**WHAT IS EXPECTED**
Among the entries below, find the lines holding "IFCPRODUCTDEFINITIONSHAPE" and copy them.

**Records from a collection**
□ □ □ □ □ □ □
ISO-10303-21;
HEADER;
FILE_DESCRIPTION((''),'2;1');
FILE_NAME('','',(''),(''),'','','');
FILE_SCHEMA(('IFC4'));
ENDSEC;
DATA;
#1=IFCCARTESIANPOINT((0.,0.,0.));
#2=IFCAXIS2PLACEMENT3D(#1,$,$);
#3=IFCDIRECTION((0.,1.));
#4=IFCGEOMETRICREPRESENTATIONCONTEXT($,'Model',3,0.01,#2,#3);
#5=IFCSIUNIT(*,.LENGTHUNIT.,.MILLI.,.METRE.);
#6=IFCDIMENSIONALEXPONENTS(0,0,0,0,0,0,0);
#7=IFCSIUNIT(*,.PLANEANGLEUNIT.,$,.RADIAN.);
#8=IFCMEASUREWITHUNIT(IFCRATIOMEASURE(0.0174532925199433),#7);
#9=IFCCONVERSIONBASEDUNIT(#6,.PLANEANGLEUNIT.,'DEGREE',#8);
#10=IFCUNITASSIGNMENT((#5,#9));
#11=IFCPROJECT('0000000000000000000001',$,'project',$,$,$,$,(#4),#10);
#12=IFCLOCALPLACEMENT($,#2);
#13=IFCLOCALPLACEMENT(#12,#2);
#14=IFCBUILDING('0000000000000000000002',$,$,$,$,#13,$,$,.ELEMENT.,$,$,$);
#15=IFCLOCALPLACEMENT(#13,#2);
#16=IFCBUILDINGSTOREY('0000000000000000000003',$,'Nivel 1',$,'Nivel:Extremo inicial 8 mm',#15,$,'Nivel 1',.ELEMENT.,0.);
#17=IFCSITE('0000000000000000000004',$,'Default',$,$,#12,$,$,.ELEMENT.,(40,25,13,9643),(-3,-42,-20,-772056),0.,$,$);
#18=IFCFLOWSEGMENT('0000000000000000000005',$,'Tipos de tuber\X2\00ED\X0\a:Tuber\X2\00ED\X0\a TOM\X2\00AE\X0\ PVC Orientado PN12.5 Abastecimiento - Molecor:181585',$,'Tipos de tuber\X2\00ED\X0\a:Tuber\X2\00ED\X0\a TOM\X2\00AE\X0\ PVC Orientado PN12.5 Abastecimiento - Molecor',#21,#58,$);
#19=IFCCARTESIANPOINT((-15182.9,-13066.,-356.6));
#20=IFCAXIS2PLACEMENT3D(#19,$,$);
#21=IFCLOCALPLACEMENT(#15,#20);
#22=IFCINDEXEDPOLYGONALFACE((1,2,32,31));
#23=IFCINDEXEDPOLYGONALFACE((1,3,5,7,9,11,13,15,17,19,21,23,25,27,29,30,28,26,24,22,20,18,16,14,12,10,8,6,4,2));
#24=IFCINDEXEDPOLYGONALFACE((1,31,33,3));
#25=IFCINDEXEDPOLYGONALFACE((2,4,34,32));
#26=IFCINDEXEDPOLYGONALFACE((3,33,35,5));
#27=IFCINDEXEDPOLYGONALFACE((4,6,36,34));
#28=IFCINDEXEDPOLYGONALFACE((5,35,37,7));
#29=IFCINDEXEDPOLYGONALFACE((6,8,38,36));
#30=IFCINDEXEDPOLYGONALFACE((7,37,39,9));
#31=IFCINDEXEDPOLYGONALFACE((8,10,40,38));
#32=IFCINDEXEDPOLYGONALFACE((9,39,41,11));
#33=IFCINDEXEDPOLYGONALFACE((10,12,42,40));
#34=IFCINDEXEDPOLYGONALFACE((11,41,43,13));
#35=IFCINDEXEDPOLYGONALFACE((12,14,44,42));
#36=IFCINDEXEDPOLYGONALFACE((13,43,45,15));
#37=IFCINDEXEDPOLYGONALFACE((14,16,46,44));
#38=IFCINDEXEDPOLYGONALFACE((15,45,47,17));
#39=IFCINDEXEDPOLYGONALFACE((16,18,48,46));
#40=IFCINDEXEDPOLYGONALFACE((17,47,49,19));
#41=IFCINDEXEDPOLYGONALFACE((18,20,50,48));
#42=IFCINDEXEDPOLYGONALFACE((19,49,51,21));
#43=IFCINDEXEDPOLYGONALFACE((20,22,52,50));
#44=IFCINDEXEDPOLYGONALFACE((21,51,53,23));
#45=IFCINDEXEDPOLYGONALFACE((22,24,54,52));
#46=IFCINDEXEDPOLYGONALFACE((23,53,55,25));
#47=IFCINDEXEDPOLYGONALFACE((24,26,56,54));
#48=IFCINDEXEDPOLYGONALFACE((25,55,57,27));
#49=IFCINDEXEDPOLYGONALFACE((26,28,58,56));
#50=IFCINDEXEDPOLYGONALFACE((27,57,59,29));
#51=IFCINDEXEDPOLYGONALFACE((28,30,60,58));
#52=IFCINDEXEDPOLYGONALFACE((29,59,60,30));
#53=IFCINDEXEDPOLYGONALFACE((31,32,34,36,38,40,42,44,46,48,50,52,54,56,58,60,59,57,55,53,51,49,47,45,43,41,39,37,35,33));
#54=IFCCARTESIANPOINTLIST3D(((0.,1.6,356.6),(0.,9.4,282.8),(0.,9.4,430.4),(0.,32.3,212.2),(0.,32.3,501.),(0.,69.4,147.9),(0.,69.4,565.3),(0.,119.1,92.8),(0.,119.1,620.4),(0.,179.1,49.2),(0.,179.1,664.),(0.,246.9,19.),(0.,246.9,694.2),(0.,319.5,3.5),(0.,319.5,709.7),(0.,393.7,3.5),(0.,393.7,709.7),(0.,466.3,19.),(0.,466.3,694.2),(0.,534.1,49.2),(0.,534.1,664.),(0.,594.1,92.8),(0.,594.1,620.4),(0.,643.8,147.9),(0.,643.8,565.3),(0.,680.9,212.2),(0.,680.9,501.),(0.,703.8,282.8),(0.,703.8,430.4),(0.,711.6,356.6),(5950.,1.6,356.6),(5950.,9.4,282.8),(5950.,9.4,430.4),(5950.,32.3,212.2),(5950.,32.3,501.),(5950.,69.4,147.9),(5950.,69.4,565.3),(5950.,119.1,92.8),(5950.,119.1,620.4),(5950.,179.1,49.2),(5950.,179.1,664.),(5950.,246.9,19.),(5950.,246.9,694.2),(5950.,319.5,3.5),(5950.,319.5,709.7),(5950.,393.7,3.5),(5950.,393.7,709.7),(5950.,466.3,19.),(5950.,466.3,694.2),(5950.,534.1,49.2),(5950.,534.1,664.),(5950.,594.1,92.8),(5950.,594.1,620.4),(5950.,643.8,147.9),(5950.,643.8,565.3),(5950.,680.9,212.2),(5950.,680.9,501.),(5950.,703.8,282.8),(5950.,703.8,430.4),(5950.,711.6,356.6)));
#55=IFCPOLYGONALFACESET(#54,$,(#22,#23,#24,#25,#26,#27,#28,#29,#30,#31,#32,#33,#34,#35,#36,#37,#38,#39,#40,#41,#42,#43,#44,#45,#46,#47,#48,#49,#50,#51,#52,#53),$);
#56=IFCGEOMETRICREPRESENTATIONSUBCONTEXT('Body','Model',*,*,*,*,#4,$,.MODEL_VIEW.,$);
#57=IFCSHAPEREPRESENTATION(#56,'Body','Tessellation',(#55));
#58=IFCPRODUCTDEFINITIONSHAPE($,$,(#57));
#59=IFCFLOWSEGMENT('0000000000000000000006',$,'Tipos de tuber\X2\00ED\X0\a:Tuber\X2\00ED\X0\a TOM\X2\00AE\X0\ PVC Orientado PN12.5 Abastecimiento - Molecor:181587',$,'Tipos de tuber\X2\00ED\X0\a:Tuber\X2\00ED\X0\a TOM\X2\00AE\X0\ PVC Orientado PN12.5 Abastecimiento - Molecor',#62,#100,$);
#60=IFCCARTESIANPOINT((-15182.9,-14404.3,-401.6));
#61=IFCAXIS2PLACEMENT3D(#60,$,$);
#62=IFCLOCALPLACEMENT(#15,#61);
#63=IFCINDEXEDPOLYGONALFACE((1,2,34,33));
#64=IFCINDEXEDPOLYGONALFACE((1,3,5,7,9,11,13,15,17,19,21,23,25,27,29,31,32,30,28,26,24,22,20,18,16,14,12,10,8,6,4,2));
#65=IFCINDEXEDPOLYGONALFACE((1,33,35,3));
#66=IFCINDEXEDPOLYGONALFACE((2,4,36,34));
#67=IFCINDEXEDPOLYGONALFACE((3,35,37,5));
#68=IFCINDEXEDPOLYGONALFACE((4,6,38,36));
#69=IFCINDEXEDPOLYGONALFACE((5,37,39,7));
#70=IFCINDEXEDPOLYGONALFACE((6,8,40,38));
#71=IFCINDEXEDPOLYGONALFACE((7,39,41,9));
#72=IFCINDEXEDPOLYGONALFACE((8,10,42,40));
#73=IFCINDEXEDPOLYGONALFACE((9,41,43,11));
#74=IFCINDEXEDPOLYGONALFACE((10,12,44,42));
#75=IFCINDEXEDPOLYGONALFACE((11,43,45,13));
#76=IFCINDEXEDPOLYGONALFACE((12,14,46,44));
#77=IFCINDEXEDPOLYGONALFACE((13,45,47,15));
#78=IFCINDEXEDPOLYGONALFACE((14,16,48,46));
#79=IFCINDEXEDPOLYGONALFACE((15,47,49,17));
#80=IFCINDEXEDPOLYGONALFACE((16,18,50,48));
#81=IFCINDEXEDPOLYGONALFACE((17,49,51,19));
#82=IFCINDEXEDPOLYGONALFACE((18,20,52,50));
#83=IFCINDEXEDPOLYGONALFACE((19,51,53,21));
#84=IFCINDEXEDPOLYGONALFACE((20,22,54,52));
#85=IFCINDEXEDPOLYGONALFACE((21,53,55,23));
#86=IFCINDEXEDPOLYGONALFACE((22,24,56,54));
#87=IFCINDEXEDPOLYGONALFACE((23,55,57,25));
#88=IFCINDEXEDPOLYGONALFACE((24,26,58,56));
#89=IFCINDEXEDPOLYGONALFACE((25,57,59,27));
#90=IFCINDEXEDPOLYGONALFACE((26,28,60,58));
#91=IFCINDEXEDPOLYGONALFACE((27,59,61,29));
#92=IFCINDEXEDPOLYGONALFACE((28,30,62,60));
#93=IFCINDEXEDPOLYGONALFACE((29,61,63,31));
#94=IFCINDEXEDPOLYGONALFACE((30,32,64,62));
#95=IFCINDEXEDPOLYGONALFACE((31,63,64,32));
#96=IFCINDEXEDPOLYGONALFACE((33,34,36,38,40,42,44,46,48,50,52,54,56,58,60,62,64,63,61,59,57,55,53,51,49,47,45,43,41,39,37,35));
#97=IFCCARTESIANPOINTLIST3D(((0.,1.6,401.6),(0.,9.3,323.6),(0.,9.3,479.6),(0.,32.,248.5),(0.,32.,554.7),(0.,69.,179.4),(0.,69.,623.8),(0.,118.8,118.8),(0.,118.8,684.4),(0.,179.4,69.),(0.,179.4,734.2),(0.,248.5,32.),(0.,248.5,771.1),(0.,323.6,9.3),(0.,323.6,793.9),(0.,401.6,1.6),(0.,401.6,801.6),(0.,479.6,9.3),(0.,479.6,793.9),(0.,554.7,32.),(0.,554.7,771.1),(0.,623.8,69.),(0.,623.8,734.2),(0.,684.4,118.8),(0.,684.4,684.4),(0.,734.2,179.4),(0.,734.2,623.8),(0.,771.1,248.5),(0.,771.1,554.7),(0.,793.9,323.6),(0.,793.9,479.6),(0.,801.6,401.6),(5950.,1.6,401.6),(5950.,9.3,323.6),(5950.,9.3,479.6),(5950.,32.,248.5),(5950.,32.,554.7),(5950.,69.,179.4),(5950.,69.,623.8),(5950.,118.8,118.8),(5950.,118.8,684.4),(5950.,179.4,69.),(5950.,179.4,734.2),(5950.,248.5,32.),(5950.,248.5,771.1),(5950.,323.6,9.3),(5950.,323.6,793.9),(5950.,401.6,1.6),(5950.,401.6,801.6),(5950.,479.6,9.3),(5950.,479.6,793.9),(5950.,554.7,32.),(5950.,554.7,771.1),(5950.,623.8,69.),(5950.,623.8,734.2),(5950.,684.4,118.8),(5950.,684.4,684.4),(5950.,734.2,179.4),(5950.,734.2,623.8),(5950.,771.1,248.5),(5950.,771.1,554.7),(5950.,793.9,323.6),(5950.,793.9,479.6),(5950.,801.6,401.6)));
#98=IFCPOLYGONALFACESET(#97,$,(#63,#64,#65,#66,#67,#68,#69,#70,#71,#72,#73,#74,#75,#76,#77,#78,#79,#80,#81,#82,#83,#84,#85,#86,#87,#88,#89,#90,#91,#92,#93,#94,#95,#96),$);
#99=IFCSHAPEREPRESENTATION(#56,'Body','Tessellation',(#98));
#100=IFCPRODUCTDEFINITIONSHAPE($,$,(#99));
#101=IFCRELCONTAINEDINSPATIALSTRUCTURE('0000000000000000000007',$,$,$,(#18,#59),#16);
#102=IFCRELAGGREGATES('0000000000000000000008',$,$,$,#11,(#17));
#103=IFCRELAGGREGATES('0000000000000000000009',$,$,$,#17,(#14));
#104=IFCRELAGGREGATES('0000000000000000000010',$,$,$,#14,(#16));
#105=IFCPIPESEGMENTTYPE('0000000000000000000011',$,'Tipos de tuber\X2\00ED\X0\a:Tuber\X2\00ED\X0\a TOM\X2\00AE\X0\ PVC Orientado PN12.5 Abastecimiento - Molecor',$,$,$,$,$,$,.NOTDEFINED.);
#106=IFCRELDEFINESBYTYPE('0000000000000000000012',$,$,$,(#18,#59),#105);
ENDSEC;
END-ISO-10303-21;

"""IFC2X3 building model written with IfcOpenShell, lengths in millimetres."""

from ifc_helpers import new_model, entity, si_unit, converted_unit, direction, frame, frame_2d, origin, place, context, subcontext, project, spatial, circle, extrude, type_object, element, save


model = new_model("IFC2X3")

# Units and contexts
model_context = context("Model", 3, precision=0.01, world=origin(), true_north=direction((0.0, 1.0)))
body_context = subcontext(model_context, "Body", "Model", "MODEL_VIEW")
ifc_project = project(units=[si_unit("LENGTHUNIT", "METRE", prefix="MILLI"), converted_unit("PLANEANGLEUNIT", "DEGREE", entity("IfcRatioMeasure", 0.0174532925199433), si_unit("PLANEANGLEUNIT", "RADIAN"), dimensions=[0, 0, 0, 0, 0, 0, 0])], contexts=[model_context])

# Site, building, storey
site_placement = place(None, origin())
site = spatial("IfcSite", under=ifc_project, at=site_placement, Name="Default", CompositionType="ELEMENT", RefLatitude=(40, 25, 13, 9643), RefLongitude=(-3, -42, -20, -772056), RefElevation=0.0)
building_placement = place(site_placement, origin())
building = spatial("IfcBuilding", under=site, at=building_placement, CompositionType="ELEMENT")
storey_placement = place(building_placement, origin())
storey = spatial("IfcBuildingStorey", under=building, at=storey_placement, Name="Nivel 1", ObjectType="Nivel:Extremo inicial 8 mm", LongName="Nivel 1", CompositionType="ELEMENT", Elevation=0.0)

# Flow segments
pipe_segment_type = type_object("IfcPipeSegmentType", Name="Tipos de tubería:Tubería TOM® PVC Orientado PN12.5 Abastecimiento - Molecor", PredefinedType="NOTDEFINED")
flow_segment_1_placement = place(storey_placement, frame((-15182.9, -13066.0, -356.6)))
element("IfcFlowSegment", 1, at=flow_segment_1_placement, inside=storey, type_object=pipe_segment_type, Name="Tipos de tubería:Tubería TOM® PVC Orientado PN12.5 Abastecimiento - Molecor:181585", ObjectType="Tipos de tubería:Tubería TOM® PVC Orientado PN12.5 Abastecimiento - Molecor", context=body_context, shape_type="SweptSolid", body=[
    extrude(circle(Radius=355.0, at=frame_2d((0.0, 0.0), x_axis=(1.0, 0.0))), frame((0.0, 356.6, 356.6), z_axis=(1.0, 0.0, 0.0), x_axis=(0.0, -1.0, 0.0)), (0.0, 0.0, 1.0), 5950.0),
])
flow_segment_2_placement = place(storey_placement, frame((-15182.9, -14404.3, -401.6)))
element("IfcFlowSegment", 2, at=flow_segment_2_placement, inside=storey, type_object=pipe_segment_type, Name="Tipos de tubería:Tubería TOM® PVC Orientado PN12.5 Abastecimiento - Molecor:181587", ObjectType="Tipos de tubería:Tubería TOM® PVC Orientado PN12.5 Abastecimiento - Molecor", context=body_context, shape_type="SweptSolid", body=[
    extrude(circle(Radius=400.0, at=frame_2d((0.0, 0.0), x_axis=(1.0, 0.0))), frame((0.0, 401.6, 401.6), z_axis=(1.0, 0.0, 0.0), x_axis=(0.0, -1.0, 0.0)), (0.0, 0.0, 1.0), 5950.0),
])

save(model, "model.ifc")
□ □ □ □ □ □ □
**TASK ANSWER**
#58=IFCPRODUCTDEFINITIONSHAPE($,$,(#57));
#100=IFCPRODUCTDEFINITIONSHAPE($,$,(#99));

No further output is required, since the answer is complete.